● **Your assignment**
Up to and including the line with "#9=IFCLOCALPLACEMENT(#8,#2);", restate the records below word for word, beginning with their first line.
*** Block opens ***
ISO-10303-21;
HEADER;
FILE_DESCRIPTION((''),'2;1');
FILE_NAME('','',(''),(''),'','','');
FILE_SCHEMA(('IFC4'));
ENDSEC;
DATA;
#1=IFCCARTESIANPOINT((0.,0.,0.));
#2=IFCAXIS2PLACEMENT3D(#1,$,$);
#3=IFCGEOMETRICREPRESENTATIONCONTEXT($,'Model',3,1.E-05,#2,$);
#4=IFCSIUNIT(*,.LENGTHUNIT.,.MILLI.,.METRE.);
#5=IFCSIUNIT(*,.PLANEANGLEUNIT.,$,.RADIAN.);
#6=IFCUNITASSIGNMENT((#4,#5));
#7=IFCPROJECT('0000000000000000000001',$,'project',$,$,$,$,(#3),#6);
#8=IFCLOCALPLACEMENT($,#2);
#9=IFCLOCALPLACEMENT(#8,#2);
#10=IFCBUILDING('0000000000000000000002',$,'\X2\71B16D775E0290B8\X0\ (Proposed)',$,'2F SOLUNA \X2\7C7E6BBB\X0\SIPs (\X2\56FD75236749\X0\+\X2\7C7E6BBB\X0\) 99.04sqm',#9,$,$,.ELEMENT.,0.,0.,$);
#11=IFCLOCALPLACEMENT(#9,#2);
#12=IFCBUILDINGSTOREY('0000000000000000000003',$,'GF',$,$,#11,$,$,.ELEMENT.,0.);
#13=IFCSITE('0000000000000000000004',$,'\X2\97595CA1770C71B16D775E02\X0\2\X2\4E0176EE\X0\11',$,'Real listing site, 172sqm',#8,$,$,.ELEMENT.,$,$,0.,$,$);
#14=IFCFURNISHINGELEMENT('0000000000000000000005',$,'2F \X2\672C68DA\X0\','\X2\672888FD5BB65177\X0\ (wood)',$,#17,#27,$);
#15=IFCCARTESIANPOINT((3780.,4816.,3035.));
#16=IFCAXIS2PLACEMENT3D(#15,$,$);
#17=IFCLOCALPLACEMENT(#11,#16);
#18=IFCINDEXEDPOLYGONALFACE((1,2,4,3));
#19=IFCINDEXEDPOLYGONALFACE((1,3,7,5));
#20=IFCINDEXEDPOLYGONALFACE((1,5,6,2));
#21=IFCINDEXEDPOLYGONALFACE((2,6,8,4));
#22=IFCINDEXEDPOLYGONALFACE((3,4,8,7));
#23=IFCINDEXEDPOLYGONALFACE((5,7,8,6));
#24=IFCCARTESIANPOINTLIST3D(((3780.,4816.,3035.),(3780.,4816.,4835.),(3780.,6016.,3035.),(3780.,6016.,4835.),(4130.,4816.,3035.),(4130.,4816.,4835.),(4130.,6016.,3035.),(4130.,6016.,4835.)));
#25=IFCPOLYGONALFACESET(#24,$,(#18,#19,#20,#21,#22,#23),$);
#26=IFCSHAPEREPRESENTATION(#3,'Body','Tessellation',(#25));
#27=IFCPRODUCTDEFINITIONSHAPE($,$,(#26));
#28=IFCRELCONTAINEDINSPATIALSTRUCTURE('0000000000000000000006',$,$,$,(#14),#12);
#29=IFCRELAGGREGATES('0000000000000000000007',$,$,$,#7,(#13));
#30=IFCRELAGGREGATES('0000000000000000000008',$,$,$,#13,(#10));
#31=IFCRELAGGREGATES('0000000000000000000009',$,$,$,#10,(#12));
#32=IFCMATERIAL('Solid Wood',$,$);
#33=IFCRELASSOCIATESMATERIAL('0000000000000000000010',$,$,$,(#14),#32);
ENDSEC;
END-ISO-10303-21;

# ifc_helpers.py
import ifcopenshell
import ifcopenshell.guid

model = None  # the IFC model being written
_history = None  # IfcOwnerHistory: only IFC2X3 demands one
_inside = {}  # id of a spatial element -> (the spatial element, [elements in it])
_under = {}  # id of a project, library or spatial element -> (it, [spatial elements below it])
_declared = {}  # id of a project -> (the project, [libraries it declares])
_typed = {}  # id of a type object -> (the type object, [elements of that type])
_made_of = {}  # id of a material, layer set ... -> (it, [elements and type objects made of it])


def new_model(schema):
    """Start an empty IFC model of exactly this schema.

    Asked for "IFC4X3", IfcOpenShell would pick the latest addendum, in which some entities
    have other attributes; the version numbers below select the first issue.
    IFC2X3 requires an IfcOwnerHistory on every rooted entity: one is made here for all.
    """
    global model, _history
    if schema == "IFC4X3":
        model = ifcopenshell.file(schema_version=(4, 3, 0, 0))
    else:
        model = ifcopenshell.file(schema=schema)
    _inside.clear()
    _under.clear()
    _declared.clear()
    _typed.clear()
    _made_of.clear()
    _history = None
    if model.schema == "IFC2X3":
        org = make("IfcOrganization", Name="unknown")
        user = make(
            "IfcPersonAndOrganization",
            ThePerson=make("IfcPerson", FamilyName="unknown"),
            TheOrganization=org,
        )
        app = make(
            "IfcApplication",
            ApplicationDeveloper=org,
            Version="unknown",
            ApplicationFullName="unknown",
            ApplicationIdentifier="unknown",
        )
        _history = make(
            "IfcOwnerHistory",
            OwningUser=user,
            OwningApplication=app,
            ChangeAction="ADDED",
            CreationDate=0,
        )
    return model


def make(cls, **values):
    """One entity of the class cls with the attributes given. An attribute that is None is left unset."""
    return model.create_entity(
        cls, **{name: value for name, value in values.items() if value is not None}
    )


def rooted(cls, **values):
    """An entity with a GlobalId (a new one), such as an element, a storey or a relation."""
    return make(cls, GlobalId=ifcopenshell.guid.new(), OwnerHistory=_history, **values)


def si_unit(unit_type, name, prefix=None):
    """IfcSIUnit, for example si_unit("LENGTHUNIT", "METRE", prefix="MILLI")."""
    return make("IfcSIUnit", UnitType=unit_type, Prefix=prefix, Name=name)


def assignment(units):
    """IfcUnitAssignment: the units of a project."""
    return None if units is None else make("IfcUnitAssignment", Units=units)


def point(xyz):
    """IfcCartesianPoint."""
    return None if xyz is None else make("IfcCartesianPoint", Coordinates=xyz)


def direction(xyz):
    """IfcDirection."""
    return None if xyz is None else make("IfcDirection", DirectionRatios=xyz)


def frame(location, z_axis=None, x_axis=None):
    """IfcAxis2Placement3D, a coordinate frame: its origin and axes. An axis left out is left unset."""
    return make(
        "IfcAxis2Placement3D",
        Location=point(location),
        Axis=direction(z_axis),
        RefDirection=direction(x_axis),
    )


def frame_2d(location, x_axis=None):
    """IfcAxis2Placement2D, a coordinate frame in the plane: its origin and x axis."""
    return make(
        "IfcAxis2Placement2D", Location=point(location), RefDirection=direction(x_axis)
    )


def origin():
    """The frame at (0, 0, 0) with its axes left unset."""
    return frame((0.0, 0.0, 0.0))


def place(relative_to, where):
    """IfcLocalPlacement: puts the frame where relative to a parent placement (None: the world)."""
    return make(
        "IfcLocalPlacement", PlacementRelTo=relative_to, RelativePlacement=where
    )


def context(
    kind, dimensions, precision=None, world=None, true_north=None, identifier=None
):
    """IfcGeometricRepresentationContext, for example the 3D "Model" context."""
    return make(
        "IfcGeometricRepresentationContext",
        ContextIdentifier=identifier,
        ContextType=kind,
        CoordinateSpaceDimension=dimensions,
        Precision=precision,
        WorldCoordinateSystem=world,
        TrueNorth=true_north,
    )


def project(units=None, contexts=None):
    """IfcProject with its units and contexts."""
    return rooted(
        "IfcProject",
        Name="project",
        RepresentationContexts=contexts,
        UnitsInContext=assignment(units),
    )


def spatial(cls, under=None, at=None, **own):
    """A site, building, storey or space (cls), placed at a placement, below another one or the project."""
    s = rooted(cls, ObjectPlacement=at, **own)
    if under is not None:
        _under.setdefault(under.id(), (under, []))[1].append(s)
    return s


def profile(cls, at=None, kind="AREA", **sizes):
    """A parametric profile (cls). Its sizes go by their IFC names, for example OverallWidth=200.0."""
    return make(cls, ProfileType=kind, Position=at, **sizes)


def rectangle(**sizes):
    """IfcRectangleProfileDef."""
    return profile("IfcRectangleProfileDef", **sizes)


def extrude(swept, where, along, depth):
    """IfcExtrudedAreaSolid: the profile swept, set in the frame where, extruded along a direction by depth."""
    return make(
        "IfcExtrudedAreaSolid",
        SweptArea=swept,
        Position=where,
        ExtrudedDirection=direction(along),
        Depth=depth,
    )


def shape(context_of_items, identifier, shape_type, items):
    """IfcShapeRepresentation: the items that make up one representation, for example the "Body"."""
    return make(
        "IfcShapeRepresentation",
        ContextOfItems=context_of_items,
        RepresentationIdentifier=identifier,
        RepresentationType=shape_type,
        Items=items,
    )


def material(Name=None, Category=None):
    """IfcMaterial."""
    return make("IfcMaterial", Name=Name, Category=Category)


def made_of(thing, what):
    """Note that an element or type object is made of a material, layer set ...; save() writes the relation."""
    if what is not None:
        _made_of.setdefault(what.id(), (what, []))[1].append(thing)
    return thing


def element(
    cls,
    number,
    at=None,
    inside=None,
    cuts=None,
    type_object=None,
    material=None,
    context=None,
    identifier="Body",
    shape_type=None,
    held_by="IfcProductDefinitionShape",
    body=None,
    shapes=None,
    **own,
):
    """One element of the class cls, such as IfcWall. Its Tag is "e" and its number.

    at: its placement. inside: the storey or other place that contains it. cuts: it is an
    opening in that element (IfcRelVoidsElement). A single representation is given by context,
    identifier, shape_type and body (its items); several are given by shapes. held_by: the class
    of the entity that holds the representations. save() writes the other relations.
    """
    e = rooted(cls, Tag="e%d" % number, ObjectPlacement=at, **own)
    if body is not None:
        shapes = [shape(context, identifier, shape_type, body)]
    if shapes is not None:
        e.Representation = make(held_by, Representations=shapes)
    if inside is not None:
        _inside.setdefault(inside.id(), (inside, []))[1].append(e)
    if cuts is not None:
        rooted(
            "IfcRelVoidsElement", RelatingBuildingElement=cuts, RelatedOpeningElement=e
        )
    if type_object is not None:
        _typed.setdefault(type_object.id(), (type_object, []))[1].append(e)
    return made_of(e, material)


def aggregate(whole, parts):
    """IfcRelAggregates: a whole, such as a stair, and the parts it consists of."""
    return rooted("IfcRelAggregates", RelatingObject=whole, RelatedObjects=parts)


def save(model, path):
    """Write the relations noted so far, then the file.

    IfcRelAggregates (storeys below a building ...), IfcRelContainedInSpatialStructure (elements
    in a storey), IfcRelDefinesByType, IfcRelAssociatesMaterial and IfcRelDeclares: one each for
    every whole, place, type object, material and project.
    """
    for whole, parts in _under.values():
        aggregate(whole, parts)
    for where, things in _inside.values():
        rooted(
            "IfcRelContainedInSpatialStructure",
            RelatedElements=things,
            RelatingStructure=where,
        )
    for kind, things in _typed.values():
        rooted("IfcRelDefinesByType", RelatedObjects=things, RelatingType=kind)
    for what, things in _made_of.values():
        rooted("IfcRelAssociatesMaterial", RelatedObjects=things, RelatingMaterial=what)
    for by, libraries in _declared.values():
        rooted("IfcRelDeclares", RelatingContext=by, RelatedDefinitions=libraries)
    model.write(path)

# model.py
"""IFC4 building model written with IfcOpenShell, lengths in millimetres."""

from ifc_helpers import new_model, si_unit, frame, frame_2d, origin, place, context, project, spatial, rectangle, extrude, material, element, save


model = new_model("IFC4")

# Units and contexts
model_context = context("Model", 3, precision=1e-05, world=origin())
ifc_project = project(units=[si_unit("LENGTHUNIT", "METRE", prefix="MILLI"), si_unit("PLANEANGLEUNIT", "RADIAN")], contexts=[model_context])

# Site, building, storey
site_placement = place(None, origin())
site = spatial("IfcSite", under=ifc_project, at=site_placement, Name="静岡県熱海市2丁目11", ObjectType="Real listing site, 172sqm", CompositionType="ELEMENT", RefElevation=0.0)
building_placement = place(site_placement, origin())
building = spatial("IfcBuilding", under=site, at=building_placement, Name="熱海市邸 (Proposed)", ObjectType="2F SOLUNA 籾殻SIPs (国産杉+籾殻) 99.04sqm", CompositionType="ELEMENT", ElevationOfRefHeight=0.0, ElevationOfTerrain=0.0)
storey_placement = place(building_placement, origin())
storey = spatial("IfcBuildingStorey", under=building, at=storey_placement, Name="GF", CompositionType="ELEMENT", Elevation=0.0)

# Shared definitions
ifc_material_1 = material(Name="Solid Wood")

# Furnishing element
furnishing_placement = place(storey_placement, frame((3780.0, 4816.0, 3035.0)))
element("IfcFurnishingElement", 1, at=furnishing_placement, inside=storey, material=ifc_material_1, Name="2F 本棚", Description="木製家具 (wood)", context=model_context, shape_type="SweptSolid", body=[
    extrude(rectangle(XDim=350.0, YDim=1200.0, at=frame_2d((175.0, 600.0))), frame((3780.0, 4816.0, 3035.0)), (0.0, 0.0, 1.0), 1800.0),
])

save(model, "model.ifc")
*** Block closes ***
● **Answer space**
ISO-10303-21;
HEADER;
FILE_DESCRIPTION((''),'2;1');
FILE_NAME('','',(''),(''),'','','');
FILE_SCHEMA(('IFC4'));
ENDSEC;
DATA;
#1=IFCCARTESIANPOINT((0.,0.,0.));
#2=IFCAXIS2PLACEMENT3D(#1,$,$);
#3=IFCGEOMETRICREPRESENTATIONCONTEXT($,'Model',3,1.E-05,#2,$);
#4=IFCSIUNIT(*,.LENGTHUNIT.,.MILLI.,.METRE.);
#5=IFCSIUNIT(*,.PLANEANGLEUNIT.,$,.RADIAN.);
#6=IFCUNITASSIGNMENT((#4,#5));
#7=IFCPROJECT('0000000000000000000001',$,'project',$,$,$,$,(#3),#6);
#8=IFCLOCALPLACEMENT($,#2);
#9=IFCLOCALPLACEMENT(#8,#2);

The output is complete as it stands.